### What the task requires
Copy every line of the data exactly, leaving nothing out.

### Extracted data
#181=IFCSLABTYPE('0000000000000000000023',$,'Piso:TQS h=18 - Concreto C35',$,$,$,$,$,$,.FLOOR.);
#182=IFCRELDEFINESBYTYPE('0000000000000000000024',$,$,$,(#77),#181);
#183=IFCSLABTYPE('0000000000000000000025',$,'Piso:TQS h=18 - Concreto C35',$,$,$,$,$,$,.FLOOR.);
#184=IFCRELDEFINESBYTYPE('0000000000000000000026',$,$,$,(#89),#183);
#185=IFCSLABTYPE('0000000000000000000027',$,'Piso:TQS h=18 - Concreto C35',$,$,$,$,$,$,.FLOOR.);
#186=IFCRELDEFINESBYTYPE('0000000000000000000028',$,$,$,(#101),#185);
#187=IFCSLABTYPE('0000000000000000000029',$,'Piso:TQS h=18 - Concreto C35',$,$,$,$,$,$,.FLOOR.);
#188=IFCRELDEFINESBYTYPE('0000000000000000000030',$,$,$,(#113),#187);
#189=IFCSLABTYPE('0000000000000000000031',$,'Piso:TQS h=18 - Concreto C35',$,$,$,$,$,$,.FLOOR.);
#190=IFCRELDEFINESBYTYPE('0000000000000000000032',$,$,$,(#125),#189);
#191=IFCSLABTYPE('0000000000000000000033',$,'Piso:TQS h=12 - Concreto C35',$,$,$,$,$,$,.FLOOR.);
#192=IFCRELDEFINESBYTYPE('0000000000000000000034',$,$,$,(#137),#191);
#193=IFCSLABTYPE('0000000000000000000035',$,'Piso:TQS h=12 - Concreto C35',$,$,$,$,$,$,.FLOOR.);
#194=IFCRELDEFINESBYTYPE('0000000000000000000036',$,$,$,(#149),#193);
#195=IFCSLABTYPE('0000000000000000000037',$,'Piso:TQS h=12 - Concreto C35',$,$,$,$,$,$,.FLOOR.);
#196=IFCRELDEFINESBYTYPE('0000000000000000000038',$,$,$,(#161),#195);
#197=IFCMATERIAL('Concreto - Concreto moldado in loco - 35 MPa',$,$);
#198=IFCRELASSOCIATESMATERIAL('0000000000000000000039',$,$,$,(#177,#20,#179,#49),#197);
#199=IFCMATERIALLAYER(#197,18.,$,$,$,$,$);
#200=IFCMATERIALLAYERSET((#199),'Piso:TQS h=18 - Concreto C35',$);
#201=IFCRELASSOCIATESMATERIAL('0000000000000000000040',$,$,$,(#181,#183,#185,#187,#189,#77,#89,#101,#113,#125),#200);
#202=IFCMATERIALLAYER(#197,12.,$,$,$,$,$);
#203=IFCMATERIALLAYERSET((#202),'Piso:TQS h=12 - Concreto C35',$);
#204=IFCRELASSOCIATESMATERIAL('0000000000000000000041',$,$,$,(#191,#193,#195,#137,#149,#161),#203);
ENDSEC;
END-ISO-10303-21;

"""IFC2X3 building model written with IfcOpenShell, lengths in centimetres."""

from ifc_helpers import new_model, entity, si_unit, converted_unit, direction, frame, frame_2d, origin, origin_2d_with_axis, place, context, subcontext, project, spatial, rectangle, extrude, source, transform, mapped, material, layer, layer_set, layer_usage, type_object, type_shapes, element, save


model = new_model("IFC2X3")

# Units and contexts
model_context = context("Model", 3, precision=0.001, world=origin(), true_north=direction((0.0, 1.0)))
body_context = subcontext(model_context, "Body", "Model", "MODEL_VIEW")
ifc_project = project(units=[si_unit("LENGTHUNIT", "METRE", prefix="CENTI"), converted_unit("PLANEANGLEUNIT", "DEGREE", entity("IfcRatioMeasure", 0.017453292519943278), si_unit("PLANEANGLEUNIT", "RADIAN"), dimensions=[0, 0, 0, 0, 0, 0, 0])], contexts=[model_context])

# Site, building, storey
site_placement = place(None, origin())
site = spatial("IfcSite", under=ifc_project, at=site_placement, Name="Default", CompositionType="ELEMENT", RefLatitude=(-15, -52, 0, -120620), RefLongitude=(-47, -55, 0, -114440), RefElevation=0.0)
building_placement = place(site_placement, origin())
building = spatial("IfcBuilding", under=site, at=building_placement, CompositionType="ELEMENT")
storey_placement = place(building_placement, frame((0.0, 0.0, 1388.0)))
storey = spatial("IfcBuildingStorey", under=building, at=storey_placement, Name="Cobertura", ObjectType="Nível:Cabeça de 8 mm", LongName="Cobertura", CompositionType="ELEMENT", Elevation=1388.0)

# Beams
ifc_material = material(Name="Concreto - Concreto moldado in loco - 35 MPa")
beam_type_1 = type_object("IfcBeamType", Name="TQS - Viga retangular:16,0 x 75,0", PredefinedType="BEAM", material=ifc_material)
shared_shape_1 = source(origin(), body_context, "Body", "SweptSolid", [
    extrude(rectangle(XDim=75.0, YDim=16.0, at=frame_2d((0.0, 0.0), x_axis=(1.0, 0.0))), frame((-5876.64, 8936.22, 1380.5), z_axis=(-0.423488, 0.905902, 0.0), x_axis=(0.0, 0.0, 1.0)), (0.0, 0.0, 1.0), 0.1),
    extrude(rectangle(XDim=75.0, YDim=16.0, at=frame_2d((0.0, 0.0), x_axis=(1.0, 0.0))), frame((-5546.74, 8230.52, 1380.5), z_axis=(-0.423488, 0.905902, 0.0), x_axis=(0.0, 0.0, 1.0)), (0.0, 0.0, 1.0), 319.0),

### Task solution
#181=IFCSLABTYPE('0000000000000000000023',$,'Piso:TQS h=18 - Concreto C35',$,$,$,$,$,$,.FLOOR.);
#182=IFCRELDEFINESBYTYPE('0000000000000000000024',$,$,$,(#77),#181);
#183=IFCSLABTYPE('0000000000000000000025',$,'Piso:TQS h=18 - Concreto C35',$,$,$,$,$,$,.FLOOR.);
#184=IFCRELDEFINESBYTYPE('0000000000000000000026',$,$,$,(#89),#183);
#185=IFCSLABTYPE('0000000000000000000027',$,'Piso:TQS h=18 - Concreto C35',$,$,$,$,$,$,.FLOOR.);
#186=IFCRELDEFINESBYTYPE('0000000000000000000028',$,$,$,(#101),#185);
#187=IFCSLABTYPE('0000000000000000000029',$,'Piso:TQS h=18 - Concreto C35',$,$,$,$,$,$,.FLOOR.);
#188=IFCRELDEFINESBYTYPE('0000000000000000000030',$,$,$,(#113),#187);
#189=IFCSLABTYPE('0000000000000000000031',$,'Piso:TQS h=18 - Concreto C35',$,$,$,$,$,$,.FLOOR.);
#190=IFCRELDEFINESBYTYPE('0000000000000000000032',$,$,$,(#125),#189);
#191=IFCSLABTYPE('0000000000000000000033',$,'Piso:TQS h=12 - Concreto C35',$,$,$,$,$,$,.FLOOR.);
#192=IFCRELDEFINESBYTYPE('0000000000000000000034',$,$,$,(#137),#191);
#193=IFCSLABTYPE('0000000000000000000035',$,'Piso:TQS h=12 - Concreto C35',$,$,$,$,$,$,.FLOOR.);
#194=IFCRELDEFINESBYTYPE('0000000000000000000036',$,$,$,(#149),#193);
#195=IFCSLABTYPE('0000000000000000000037',$,'Piso:TQS h=12 - Concreto C35',$,$,$,$,$,$,.FLOOR.);
#196=IFCRELDEFINESBYTYPE('0000000000000000000038',$,$,$,(#161),#195);
#197=IFCMATERIAL('Concreto - Concreto moldado in loco - 35 MPa',$,$);
#198=IFCRELASSOCIATESMATERIAL('0000000000000000000039',$,$,$,(#177,#20,#179,#49),#197);
#199=IFCMATERIALLAYER(#197,18.,$,$,$,$,$);
#200=IFCMATERIALLAYERSET((#199),'Piso:TQS h=18 - Concreto C35',$);
#201=IFCRELASSOCIATESMATERIAL('0000000000000000000040',$,$,$,(#181,#183,#185,#187,#189,#77,#89,#101,#113,#125),#200);
#202=IFCMATERIALLAYER(#197,12.,$,$,$,$,$);
#203=IFCMATERIALLAYERSET((#202),'Piso:TQS h=12 - Concreto C35',$);
#204=IFCRELASSOCIATESMATERIAL('0000000000000000000041',$,$,$,(#191,#193,#195,#137,#149,#161),#203);
ENDSEC;
END-ISO-10303-21;

"""IFC2X3 building model written with IfcOpenShell, lengths in centimetres."""

from ifc_helpers import new_model, entity, si_unit, converted_unit, direction, frame, frame_2d, origin, origin_2d_with_axis, place, context, subcontext, project, spatial, rectangle, extrude, source, transform, mapped, material, layer, layer_set, layer_usage, type_object, type_shapes, element, save


model = new_model("IFC2X3")

# Units and contexts
model_context = context("Model", 3, precision=0.001, world=origin(), true_north=direction((0.0, 1.0)))
body_context = subcontext(model_context, "Body", "Model", "MODEL_VIEW")
ifc_project = project(units=[si_unit("LENGTHUNIT", "METRE", prefix="CENTI"), converted_unit("PLANEANGLEUNIT", "DEGREE", entity("IfcRatioMeasure", 0.017453292519943278), si_unit("PLANEANGLEUNIT", "RADIAN"), dimensions=[0, 0, 0, 0, 0, 0, 0])], contexts=[model_context])

# Site, building, storey
site_placement = place(None, origin())
site = spatial("IfcSite", under=ifc_project, at=site_placement, Name="Default", CompositionType="ELEMENT", RefLatitude=(-15, -52, 0, -120620), RefLongitude=(-47, -55, 0, -114440), RefElevation=0.0)
building_placement = place(site_placement, origin())
building = spatial("IfcBuilding", under=site, at=building_placement, CompositionType="ELEMENT")
storey_placement = place(building_placement, frame((0.0, 0.0, 1388.0)))
storey = spatial("IfcBuildingStorey", under=building, at=storey_placement, Name="Cobertura", ObjectType="Nível:Cabeça de 8 mm", LongName="Cobertura", CompositionType="ELEMENT", Elevation=1388.0)

# Beams
ifc_material = material(Name="Concreto - Concreto moldado in loco - 35 MPa")
beam_type_1 = type_object("IfcBeamType", Name="TQS - Viga retangular:16,0 x 75,0", PredefinedType="BEAM", material=ifc_material)
shared_shape_1 = source(origin(), body_context, "Body", "SweptSolid", [
    extrude(rectangle(XDim=75.0, YDim=16.0, at=frame_2d((0.0, 0.0), x_axis=(1.0, 0.0))), frame((-5876.64, 8936.22, 1380.5), z_axis=(-0.423488, 0.905902, 0.0), x_axis=(0.0, 0.0, 1.0)), (0.0, 0.0, 1.0), 0.1),
    extrude(rectangle(XDim=75.0, YDim=16.0, at=frame_2d((0.0, 0.0), x_axis=(1.0, 0.0))), frame((-5546.74, 8230.52, 1380.5), z_axis=(-0.423488, 0.905902, 0.0), x_axis=(0.0, 0.0, 1.0)), (0.0, 0.0, 1.0), 319.0),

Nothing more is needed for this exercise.